The number of books released after January 1st, 2000 is 819.

**Find the number of user reviews and the average rating for each book.**

In [9]:
 pd.io.sql.read_sql('''SELECT b.title,
 COUNT(r.review_id) AS reviews_num,
 AVG(ra.rating) AS avg_rating
 FROM books AS b
 INNER JOIN  reviews AS r on b.book_id = r.book_id
 INNER JOIN  ratings AS ra on b.book_id = ra.book_id 
 GROUP BY b.title
 ORDER BY reviews_num DESC''', con = engine)


Unnamed: 0,title,reviews_num,avg_rating
0,Twilight (Twilight #1),1120,3.662500
1,The Hobbit or There and Back Again,528,4.125000
2,The Catcher in the Rye,516,3.825581
3,Harry Potter and the Prisoner of Azkaban (Harr...,492,4.414634
4,Harry Potter and the Chamber of Secrets (Harry...,480,4.287500
...,...,...,...
988,The Adventures of Tom Sawyer and Adventures of...,2,5.000000
989,History of Beauty,2,2.500000
990,Lysistrata,2,4.000000
991,Executive Orders (Jack Ryan #8),2,3.500000


We have several book with average rating of 5!

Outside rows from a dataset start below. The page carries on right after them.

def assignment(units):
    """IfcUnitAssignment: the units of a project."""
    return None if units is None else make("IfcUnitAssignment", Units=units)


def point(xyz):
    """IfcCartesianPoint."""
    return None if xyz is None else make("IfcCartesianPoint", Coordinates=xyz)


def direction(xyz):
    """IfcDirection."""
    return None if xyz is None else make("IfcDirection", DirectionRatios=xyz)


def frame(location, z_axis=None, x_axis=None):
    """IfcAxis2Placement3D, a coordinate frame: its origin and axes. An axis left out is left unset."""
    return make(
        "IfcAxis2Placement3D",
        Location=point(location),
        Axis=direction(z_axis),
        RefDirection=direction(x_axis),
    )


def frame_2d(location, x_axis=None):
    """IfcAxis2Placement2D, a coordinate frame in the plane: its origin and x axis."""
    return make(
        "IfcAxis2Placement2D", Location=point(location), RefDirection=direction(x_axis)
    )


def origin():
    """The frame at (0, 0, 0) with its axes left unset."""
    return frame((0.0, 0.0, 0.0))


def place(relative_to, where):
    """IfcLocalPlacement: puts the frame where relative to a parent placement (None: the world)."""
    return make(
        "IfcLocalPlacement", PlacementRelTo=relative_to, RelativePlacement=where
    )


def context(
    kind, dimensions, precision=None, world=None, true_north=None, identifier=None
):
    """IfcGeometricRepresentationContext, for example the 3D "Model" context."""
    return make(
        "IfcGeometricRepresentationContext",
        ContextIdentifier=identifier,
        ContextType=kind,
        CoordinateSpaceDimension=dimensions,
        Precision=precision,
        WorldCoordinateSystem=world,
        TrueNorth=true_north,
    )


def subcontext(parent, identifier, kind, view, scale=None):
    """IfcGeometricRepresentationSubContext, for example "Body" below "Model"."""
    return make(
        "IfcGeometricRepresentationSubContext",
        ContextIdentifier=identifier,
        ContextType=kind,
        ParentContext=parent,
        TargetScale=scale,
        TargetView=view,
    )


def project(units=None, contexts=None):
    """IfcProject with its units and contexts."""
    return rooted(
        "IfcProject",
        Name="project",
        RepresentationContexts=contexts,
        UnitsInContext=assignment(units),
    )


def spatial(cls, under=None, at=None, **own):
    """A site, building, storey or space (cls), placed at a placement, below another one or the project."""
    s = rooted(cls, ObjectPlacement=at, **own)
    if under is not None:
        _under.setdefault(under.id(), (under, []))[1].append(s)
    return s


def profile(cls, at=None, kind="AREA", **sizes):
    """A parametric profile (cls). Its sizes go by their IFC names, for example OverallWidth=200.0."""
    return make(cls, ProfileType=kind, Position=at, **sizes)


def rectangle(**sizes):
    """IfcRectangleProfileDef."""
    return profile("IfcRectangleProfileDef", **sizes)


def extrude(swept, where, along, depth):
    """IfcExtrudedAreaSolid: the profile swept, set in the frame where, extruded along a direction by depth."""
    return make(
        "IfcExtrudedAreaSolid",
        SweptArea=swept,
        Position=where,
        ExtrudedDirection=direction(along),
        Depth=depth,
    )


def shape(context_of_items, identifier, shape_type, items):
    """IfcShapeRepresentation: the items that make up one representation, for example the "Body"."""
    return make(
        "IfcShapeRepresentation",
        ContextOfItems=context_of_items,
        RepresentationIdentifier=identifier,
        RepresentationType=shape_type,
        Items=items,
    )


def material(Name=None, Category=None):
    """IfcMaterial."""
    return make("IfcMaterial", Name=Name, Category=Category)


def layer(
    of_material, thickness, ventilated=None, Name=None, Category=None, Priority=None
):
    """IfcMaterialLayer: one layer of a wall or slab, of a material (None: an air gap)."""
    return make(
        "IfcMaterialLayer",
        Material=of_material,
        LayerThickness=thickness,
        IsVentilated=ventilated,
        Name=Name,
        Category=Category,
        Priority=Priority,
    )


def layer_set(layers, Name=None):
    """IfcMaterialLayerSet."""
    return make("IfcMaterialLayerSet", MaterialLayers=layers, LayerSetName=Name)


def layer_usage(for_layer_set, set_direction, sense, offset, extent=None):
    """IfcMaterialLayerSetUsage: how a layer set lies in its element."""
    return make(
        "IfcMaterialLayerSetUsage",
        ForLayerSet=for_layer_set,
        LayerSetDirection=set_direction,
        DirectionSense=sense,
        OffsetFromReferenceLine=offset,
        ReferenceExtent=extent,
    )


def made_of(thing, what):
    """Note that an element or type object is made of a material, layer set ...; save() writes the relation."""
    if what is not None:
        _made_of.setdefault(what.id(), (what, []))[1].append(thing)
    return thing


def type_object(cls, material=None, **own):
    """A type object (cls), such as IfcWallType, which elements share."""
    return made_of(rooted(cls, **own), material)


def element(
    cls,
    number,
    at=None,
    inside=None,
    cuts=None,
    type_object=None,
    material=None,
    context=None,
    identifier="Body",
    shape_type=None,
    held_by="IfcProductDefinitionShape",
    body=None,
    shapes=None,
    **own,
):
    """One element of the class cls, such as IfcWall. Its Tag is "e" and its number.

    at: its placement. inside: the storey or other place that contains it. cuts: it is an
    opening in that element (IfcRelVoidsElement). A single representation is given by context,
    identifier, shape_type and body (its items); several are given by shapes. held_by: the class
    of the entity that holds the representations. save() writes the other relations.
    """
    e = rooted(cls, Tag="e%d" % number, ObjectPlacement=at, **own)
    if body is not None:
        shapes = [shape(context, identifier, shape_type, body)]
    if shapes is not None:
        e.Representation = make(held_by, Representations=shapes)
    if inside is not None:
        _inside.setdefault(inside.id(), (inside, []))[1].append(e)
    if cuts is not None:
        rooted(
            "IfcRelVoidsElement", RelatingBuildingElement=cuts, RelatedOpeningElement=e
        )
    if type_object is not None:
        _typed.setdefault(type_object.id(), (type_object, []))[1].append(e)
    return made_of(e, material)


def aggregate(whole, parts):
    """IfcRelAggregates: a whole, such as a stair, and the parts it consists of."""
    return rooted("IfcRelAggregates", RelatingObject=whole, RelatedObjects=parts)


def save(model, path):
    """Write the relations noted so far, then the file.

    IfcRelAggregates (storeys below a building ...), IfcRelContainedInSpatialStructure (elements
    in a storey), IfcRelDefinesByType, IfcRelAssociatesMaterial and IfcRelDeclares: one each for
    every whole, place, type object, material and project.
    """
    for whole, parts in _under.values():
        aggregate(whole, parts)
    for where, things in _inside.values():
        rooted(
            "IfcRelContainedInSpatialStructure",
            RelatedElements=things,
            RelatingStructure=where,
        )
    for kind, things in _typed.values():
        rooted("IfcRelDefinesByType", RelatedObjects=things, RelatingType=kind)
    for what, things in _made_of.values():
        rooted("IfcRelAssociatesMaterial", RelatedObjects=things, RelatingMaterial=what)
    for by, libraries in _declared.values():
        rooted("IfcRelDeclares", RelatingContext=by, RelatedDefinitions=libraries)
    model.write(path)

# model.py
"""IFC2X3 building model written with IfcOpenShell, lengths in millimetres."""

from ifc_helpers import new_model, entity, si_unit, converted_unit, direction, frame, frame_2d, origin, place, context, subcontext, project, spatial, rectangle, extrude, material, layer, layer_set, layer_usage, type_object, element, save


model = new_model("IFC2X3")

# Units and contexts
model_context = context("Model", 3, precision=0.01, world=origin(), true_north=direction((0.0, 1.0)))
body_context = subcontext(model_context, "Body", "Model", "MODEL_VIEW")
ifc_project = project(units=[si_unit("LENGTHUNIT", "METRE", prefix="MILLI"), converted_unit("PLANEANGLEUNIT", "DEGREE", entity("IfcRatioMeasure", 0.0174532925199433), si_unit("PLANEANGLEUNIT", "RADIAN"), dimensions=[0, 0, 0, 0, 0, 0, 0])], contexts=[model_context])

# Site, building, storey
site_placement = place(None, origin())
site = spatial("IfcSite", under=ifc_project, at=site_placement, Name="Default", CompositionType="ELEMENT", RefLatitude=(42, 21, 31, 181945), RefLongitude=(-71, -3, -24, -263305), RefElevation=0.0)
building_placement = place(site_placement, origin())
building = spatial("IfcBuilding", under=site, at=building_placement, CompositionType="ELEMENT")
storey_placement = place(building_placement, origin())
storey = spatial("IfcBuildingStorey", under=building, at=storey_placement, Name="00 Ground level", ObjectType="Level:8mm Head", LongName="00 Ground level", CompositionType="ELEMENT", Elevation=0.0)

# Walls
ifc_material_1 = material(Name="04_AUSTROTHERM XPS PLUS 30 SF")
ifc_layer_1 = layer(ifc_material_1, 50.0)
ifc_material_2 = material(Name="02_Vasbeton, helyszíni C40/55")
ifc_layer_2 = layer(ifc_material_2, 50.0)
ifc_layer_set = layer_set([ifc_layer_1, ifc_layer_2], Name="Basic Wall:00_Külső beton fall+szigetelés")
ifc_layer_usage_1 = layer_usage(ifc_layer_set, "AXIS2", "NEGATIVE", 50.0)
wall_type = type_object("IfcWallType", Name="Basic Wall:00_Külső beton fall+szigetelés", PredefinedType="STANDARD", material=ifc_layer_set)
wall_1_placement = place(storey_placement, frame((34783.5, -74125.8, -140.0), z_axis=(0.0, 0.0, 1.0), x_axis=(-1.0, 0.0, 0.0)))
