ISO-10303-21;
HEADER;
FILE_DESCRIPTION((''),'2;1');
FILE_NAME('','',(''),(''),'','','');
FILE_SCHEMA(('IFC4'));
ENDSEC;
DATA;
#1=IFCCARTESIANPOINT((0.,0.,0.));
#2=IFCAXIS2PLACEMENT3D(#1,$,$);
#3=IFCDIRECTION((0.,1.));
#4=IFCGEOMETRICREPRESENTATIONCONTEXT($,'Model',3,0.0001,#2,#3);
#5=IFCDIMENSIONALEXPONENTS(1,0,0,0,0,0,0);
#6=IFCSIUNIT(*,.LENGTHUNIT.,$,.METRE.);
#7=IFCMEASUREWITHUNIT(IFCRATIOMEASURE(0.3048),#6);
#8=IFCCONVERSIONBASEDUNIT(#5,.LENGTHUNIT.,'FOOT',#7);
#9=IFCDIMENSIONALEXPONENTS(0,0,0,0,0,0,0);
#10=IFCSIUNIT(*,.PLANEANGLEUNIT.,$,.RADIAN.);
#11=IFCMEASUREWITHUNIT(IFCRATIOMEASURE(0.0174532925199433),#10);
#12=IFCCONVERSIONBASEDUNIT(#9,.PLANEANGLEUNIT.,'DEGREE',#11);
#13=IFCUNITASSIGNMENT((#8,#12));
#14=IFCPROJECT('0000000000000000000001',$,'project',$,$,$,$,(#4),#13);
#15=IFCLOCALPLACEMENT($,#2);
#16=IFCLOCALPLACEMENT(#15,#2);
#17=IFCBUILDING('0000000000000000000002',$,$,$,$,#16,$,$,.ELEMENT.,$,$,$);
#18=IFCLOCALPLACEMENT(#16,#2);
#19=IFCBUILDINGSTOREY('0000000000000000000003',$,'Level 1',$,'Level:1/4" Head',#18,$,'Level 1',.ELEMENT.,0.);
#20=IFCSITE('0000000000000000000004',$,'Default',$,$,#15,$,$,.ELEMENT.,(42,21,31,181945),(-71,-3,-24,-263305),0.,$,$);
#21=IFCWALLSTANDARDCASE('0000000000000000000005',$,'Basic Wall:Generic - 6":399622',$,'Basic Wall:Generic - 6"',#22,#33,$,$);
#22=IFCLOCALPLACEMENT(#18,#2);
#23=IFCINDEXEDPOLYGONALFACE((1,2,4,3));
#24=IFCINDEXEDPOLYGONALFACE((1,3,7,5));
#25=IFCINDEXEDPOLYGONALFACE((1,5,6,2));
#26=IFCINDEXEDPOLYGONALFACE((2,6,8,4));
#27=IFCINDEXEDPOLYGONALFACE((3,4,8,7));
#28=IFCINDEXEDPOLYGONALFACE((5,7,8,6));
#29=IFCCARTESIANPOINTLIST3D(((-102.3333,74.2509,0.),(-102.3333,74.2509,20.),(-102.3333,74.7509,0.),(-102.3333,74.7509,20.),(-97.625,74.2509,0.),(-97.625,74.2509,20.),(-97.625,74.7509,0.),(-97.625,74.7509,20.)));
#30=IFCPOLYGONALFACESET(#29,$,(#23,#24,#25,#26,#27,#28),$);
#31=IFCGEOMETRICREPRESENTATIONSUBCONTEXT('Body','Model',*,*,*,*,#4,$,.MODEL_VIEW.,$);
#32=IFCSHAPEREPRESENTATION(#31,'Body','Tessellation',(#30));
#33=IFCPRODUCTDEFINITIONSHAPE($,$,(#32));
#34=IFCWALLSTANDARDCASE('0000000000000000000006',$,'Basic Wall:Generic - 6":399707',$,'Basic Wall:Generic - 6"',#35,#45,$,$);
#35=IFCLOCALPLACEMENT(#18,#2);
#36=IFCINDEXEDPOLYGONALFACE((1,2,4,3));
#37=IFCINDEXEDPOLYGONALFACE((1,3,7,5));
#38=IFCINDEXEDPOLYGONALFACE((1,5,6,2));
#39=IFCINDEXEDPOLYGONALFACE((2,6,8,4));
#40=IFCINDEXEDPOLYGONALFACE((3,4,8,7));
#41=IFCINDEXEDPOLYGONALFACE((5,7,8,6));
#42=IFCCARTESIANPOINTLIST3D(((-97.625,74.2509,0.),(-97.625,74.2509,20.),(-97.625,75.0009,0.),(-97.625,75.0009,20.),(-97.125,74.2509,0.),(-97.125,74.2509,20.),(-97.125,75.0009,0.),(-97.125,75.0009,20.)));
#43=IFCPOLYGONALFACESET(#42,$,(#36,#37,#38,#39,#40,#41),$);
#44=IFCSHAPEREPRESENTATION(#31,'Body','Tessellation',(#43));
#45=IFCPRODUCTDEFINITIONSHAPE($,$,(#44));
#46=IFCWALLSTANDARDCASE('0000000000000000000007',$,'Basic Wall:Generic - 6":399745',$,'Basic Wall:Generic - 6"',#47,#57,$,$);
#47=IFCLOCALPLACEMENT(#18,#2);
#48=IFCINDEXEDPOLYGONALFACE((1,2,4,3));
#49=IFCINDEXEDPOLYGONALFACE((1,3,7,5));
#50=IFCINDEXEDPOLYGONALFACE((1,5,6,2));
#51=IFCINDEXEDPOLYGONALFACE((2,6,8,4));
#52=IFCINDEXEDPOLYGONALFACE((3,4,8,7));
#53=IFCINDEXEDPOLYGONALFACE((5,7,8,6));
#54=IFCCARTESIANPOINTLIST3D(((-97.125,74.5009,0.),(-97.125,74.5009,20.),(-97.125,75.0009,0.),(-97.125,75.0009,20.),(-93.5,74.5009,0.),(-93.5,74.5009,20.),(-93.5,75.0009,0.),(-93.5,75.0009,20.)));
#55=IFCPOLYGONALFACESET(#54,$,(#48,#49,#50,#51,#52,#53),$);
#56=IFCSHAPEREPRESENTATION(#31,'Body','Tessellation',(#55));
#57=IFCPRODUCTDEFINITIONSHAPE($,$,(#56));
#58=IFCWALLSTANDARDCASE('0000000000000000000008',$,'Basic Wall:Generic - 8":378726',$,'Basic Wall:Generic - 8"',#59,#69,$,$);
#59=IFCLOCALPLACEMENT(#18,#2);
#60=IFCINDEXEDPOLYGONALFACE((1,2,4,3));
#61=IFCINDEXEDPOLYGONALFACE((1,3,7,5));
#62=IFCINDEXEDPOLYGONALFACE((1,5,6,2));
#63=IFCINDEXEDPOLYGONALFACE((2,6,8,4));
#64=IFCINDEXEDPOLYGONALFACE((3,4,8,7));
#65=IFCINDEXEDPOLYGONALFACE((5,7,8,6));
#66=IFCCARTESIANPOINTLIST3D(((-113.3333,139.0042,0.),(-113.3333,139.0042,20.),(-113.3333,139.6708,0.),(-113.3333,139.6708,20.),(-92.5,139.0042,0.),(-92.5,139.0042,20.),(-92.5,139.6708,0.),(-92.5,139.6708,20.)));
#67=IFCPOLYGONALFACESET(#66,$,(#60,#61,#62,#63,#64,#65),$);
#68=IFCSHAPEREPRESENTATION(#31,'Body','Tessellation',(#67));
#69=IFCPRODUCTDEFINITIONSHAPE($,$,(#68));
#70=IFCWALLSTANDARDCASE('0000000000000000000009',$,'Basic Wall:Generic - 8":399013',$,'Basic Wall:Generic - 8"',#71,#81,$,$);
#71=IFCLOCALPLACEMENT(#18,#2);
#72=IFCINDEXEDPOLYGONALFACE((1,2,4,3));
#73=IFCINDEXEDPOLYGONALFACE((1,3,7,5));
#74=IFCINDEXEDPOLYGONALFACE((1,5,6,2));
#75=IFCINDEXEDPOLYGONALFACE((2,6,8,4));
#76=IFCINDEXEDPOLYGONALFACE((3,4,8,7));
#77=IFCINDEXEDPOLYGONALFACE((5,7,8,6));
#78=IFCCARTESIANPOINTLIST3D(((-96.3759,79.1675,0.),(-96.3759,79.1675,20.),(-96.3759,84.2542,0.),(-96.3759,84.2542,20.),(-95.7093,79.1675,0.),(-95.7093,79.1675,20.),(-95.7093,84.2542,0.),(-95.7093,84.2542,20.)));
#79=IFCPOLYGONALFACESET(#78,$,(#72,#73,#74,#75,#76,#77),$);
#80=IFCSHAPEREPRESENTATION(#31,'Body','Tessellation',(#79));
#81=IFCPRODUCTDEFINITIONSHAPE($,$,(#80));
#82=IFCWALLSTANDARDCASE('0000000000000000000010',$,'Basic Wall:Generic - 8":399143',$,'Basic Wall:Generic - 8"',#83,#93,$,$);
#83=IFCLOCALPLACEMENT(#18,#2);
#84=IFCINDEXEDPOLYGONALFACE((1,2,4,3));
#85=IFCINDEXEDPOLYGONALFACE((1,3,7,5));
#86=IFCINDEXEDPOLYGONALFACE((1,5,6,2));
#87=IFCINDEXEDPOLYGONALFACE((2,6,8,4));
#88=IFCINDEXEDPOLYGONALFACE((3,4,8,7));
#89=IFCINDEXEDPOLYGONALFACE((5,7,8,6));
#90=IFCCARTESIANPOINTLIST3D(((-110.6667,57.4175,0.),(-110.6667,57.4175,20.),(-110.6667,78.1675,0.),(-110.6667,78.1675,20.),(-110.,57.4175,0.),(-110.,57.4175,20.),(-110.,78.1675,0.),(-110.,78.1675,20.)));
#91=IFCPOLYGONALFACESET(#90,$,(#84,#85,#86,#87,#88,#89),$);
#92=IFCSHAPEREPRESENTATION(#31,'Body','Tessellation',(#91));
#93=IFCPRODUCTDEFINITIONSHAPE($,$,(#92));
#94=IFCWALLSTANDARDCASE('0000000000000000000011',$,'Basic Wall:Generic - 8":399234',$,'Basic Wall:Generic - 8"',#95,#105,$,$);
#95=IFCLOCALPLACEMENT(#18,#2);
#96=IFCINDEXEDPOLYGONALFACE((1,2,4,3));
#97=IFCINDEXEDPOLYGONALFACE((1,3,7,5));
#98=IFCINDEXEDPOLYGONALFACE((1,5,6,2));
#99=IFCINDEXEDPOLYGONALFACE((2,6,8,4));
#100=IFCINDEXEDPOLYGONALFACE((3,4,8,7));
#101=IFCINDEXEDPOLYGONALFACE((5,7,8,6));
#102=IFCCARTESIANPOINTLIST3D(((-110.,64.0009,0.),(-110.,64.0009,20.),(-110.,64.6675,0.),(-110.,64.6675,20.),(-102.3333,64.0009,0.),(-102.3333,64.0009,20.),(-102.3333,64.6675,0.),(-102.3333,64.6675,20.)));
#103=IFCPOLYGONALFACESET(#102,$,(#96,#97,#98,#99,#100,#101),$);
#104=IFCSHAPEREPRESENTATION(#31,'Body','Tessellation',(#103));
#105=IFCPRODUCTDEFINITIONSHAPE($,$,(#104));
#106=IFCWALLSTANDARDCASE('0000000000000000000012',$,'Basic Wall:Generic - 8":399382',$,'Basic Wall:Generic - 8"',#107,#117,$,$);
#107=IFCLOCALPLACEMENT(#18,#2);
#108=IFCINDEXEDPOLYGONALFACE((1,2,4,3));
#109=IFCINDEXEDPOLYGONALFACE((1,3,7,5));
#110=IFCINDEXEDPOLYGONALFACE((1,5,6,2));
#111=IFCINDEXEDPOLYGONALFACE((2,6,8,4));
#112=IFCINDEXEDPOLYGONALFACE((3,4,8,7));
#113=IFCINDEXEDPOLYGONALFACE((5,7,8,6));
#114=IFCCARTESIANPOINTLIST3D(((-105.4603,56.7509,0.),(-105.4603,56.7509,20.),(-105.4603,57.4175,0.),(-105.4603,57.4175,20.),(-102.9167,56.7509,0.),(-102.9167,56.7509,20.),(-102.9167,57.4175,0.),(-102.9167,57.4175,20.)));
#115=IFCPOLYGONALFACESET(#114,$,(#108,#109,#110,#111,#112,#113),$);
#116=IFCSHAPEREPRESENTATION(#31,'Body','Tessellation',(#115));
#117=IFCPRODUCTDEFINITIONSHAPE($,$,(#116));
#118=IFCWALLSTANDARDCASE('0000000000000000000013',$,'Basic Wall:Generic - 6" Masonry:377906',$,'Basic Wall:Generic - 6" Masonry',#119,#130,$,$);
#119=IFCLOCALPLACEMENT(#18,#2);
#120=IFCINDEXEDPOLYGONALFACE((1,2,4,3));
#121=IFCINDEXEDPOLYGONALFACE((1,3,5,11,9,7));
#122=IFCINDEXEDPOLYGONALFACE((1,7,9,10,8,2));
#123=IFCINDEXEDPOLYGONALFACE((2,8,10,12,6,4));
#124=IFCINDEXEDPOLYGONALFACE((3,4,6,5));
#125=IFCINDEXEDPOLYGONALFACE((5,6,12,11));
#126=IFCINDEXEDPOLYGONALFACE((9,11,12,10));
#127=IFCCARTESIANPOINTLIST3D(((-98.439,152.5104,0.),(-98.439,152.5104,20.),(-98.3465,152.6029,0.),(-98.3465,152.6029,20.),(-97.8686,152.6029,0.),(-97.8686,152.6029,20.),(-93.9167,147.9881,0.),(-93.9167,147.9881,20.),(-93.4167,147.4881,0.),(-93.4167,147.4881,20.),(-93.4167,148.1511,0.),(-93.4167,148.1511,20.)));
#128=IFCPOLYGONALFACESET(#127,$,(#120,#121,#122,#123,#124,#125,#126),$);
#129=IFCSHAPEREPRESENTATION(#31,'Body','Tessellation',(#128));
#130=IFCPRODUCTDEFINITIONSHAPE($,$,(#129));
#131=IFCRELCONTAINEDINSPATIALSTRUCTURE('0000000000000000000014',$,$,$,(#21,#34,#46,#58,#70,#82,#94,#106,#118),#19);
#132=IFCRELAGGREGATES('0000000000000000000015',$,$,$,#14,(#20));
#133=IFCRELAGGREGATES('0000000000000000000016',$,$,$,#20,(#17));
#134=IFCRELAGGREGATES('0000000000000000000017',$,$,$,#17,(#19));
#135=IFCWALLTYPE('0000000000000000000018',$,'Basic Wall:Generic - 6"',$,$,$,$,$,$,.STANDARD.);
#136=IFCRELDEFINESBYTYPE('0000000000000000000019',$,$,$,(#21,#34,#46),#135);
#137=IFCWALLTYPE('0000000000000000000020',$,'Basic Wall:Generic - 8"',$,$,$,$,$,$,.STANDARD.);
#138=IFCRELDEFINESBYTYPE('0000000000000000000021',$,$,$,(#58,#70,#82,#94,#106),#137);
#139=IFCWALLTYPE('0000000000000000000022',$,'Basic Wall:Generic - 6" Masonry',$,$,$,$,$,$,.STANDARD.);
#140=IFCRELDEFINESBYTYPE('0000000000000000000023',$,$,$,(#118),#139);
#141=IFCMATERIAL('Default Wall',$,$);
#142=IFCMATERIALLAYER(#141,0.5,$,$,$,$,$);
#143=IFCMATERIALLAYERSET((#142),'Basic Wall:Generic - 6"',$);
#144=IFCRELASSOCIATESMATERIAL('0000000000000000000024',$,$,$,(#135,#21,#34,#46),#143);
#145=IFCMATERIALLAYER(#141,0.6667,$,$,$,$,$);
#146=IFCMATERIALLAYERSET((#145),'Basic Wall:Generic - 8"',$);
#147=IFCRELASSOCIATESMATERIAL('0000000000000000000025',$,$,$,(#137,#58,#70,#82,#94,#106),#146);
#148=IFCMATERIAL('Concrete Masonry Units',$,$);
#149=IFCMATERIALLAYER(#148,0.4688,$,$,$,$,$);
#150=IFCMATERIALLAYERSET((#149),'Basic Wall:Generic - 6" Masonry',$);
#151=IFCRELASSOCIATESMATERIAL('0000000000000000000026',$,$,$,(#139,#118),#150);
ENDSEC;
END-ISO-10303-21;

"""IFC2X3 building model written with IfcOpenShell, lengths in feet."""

from ifc_helpers import new_model, entity, si_unit, converted_unit, direction, frame, frame_2d, origin, place, context, subcontext, project, spatial, polyline, rectangle, outline, extrude, material, layer, layer_set, layer_usage, type_object, element, save


model = new_model("IFC2X3")

# Units and contexts
model_context = context("Model", 3, precision=0.0001, world=origin(), true_north=direction((0.0, 1.0)))
body_context = subcontext(model_context, "Body", "Model", "MODEL_VIEW")
ifc_project = project(units=[converted_unit("LENGTHUNIT", "FOOT", entity("IfcRatioMeasure", 0.3048), si_unit("LENGTHUNIT", "METRE"), dimensions=[1, 0, 0, 0, 0, 0, 0]), converted_unit("PLANEANGLEUNIT", "DEGREE", entity("IfcRatioMeasure", 0.0174532925199433), si_unit("PLANEANGLEUNIT", "RADIAN"), dimensions=[0, 0, 0, 0, 0, 0, 0])], contexts=[model_context])

# Site, building, storey
site_placement = place(None, origin())
site = spatial("IfcSite", under=ifc_project, at=site_placement, Name="Default", CompositionType="ELEMENT", RefLatitude=(42, 21, 31, 181945), RefLongitude=(-71, -3, -24, -263305), RefElevation=0.0)
building_placement = place(site_placement, origin())
building = spatial("IfcBuilding", under=site, at=building_placement, CompositionType="ELEMENT")
storey_placement = place(building_placement, origin())
storey = spatial("IfcBuildingStorey", under=building, at=storey_placement, Name="Level 1", ObjectType="Level:1/4\" Head", LongName="Level 1", CompositionType="ELEMENT", Elevation=0.0)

**Identify the publisher that has released the greatest number of books with more than 50 pages (this will help you exclude brochures and similar publications from your analysis).**

In [10]:
 pd.io.sql.read_sql (''' SELECT 
                p.publisher,
                 COUNT(b.book_id) AS books_num
                FROM publishers AS p
                INNER JOIN books as b  ON p.publisher_id = b.publisher_id
                WHERE num_pages > 50
                GROUP BY publisher
                ORDER BY books_num DESC
                LIMIT 1
           ''', con = engine)

Unnamed: 0,publisher,books_num
0,Penguin Books,42


Penguin Books is the who released the greatest number of books with 42 books.

**Identify the author with the highest average book rating: look only at books with at least 50 ratings.**

In [11]:
 pd.io.sql.read_sql (''' 
 SELECT a.author,
 AVG(r.rating)
 FROM authors AS a 
 INNER JOIN books AS b ON  a.author_id = b.author_id
 INNER JOIN ratings AS r ON  b.book_id =  r.book_id
 GROUP BY a.author
 HAVING COUNT(r.rating) >= 50
 ORDER BY AVG(r.rating) DESC
 LIMIT 1
''', con = engine)

Unnamed: 0,author,avg
0,Diana Gabaldon,4.3


The author with the highest average book rating is Diana Gabaldon with 4.3 average rating.

**Find the average number of text reviews among users who rated more than 50 books.**

In [12]:
 pd.io.sql.read_sql (''' 
 SELECT
AVG(reviews_num) AS avg_reviews
FROM
(SELECT
username,
COUNT(DISTINCT review_id) AS reviews_num
FROM reviews
WHERE username IN 
(SELECT username
FROM ratings
GROUP BY username
HAVING COUNT(DISTINCT book_id) > 50)
GROUP BY username) AS a
''', con = engine)

Unnamed: 0,avg_reviews
0,24.333333


The average number of text reviews among users who rated more than 50 books is 24.33.